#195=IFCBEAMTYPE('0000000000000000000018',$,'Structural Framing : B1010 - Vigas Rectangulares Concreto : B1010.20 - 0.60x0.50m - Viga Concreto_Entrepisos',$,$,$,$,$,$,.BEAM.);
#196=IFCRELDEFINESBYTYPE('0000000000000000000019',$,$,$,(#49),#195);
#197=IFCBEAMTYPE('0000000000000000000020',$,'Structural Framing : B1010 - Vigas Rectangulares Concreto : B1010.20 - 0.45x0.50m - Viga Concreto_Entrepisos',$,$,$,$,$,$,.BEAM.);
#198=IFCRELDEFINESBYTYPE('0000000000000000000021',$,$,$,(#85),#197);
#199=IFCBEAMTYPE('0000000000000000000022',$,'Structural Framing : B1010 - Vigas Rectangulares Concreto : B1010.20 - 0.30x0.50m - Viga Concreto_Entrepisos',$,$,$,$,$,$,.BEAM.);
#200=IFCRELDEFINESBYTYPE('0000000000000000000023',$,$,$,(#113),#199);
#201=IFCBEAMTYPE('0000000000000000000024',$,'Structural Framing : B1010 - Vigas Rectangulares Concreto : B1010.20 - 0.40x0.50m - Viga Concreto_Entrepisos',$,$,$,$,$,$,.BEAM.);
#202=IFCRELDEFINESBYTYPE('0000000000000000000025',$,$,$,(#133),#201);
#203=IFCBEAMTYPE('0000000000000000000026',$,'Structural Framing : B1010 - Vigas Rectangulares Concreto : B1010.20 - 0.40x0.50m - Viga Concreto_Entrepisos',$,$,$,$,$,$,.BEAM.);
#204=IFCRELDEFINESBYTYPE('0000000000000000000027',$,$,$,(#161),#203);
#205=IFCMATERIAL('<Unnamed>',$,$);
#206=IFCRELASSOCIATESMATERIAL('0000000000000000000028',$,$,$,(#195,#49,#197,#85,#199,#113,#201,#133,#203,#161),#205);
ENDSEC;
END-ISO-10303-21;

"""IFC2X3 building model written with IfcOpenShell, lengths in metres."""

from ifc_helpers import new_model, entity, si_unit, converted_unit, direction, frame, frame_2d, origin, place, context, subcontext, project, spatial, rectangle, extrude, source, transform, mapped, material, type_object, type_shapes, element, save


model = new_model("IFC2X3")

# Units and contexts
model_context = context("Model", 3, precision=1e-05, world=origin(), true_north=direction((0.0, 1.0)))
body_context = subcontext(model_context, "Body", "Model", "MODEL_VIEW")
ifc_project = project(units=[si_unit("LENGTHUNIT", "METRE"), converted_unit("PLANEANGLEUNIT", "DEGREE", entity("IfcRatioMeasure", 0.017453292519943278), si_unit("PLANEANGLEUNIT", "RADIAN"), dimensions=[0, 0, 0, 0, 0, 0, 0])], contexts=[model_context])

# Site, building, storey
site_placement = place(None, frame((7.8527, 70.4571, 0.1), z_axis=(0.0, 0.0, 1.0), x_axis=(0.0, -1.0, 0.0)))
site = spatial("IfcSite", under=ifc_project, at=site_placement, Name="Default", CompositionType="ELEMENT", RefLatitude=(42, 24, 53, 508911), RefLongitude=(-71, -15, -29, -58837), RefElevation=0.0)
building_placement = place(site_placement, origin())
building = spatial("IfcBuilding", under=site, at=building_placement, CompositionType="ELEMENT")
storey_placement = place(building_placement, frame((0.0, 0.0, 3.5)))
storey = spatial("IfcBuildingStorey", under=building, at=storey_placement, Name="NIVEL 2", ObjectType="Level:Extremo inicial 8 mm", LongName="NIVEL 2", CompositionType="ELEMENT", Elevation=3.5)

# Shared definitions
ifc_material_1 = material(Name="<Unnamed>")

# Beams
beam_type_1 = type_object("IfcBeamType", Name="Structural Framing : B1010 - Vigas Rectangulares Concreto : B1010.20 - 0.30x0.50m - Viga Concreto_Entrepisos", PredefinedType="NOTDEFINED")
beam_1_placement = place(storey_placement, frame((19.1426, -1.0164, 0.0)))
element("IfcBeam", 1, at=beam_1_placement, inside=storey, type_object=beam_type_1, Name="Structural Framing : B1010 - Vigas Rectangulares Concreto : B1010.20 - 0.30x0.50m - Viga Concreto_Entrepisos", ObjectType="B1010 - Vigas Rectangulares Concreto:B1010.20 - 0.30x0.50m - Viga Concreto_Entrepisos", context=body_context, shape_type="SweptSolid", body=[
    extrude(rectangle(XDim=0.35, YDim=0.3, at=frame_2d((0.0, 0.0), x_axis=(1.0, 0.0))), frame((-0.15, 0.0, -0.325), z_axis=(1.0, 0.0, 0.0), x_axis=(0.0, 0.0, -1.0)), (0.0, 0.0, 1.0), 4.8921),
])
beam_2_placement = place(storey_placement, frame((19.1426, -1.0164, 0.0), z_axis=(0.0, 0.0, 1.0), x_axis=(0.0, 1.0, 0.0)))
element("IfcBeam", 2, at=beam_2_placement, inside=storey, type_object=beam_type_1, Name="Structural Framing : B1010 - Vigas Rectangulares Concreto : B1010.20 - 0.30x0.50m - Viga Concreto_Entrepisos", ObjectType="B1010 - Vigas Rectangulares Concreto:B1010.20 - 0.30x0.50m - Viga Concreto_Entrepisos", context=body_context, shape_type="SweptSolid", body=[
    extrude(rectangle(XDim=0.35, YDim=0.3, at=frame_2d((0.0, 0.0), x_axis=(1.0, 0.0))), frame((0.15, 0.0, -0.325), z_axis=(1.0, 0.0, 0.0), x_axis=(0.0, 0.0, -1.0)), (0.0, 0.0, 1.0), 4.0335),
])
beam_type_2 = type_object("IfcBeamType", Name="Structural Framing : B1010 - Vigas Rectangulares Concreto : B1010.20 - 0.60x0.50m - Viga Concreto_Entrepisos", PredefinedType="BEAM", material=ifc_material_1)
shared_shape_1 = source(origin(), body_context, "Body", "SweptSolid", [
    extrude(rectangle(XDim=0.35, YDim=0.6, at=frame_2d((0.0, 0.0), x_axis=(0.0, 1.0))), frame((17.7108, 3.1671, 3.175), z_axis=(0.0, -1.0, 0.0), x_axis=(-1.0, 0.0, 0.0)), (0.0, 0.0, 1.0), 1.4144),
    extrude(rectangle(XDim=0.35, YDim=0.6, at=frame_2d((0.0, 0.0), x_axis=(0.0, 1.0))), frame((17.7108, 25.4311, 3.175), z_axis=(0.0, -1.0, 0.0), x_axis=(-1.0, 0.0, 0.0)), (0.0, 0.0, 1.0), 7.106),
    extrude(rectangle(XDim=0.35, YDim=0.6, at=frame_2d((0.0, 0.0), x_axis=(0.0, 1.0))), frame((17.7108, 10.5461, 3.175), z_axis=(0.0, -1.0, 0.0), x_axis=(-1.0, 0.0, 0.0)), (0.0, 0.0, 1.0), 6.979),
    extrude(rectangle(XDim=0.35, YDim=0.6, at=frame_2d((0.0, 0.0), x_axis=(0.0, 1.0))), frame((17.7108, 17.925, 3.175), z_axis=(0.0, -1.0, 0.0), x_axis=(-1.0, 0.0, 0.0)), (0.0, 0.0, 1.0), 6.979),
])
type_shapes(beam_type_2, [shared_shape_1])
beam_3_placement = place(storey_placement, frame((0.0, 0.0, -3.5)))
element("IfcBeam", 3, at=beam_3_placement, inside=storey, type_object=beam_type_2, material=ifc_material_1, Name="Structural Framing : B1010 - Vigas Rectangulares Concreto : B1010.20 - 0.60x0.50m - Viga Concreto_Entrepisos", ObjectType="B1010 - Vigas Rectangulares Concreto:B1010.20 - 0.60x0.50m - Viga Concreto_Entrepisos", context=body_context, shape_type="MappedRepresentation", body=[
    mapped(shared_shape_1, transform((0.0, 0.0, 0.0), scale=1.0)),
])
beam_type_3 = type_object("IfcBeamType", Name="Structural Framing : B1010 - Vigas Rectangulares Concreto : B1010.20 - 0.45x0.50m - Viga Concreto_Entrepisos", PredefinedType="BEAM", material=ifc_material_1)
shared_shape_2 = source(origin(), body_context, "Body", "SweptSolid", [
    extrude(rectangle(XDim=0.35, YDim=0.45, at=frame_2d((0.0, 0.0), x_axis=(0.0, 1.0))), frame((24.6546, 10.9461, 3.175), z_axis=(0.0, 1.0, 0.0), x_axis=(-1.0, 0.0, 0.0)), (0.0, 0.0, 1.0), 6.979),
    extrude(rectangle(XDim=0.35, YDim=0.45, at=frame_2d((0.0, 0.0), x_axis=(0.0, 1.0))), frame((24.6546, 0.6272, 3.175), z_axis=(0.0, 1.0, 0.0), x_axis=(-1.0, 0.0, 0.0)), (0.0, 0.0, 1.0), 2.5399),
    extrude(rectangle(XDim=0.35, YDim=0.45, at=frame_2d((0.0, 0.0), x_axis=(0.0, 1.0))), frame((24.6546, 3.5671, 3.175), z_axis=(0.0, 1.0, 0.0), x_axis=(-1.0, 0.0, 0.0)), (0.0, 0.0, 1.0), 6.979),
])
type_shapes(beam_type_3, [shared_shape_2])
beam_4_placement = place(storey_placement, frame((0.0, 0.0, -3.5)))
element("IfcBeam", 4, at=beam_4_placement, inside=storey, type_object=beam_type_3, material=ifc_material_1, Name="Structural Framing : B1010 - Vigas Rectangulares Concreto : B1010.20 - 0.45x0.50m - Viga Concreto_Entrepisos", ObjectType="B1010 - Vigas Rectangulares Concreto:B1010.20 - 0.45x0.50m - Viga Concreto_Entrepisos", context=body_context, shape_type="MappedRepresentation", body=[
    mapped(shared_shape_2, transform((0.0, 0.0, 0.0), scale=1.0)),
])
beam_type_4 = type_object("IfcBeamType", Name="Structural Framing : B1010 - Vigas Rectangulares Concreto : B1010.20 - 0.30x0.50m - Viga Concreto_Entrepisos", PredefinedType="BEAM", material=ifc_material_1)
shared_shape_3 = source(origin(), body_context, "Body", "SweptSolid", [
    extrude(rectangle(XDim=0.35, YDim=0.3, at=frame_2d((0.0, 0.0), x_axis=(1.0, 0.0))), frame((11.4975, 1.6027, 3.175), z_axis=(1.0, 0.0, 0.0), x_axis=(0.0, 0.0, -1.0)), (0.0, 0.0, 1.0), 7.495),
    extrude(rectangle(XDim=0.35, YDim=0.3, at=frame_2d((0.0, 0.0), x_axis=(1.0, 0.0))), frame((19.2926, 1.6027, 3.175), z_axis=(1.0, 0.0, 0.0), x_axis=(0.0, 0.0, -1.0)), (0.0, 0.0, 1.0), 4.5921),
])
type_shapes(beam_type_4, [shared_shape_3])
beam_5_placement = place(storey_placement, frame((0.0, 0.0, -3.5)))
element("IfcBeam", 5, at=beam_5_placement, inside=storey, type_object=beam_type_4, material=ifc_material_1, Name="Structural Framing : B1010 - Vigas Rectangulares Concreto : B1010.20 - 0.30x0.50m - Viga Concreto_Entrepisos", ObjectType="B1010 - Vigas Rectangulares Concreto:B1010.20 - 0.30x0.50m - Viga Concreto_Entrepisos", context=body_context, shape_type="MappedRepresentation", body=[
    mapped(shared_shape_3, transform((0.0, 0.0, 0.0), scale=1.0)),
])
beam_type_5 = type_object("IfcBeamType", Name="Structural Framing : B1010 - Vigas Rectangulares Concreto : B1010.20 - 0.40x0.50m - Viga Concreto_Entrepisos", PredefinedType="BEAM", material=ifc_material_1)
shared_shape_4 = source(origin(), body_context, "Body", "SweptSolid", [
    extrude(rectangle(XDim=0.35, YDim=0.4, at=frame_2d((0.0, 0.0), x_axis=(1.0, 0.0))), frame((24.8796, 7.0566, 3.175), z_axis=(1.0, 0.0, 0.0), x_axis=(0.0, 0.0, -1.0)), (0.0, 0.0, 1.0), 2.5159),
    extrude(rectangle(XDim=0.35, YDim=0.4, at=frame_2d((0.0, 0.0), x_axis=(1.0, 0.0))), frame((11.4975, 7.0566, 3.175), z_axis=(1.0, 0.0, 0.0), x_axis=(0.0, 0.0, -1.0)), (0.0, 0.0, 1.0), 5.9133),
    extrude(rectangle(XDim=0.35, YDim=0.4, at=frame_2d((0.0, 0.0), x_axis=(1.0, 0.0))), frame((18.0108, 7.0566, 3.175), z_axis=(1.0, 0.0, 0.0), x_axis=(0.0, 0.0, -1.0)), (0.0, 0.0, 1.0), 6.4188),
--------------------------------------------------
--- Exercise instructions ---
Check each line of the listing above for the string "transform", then report only how many lines have it.

--- Answer to this task ---
4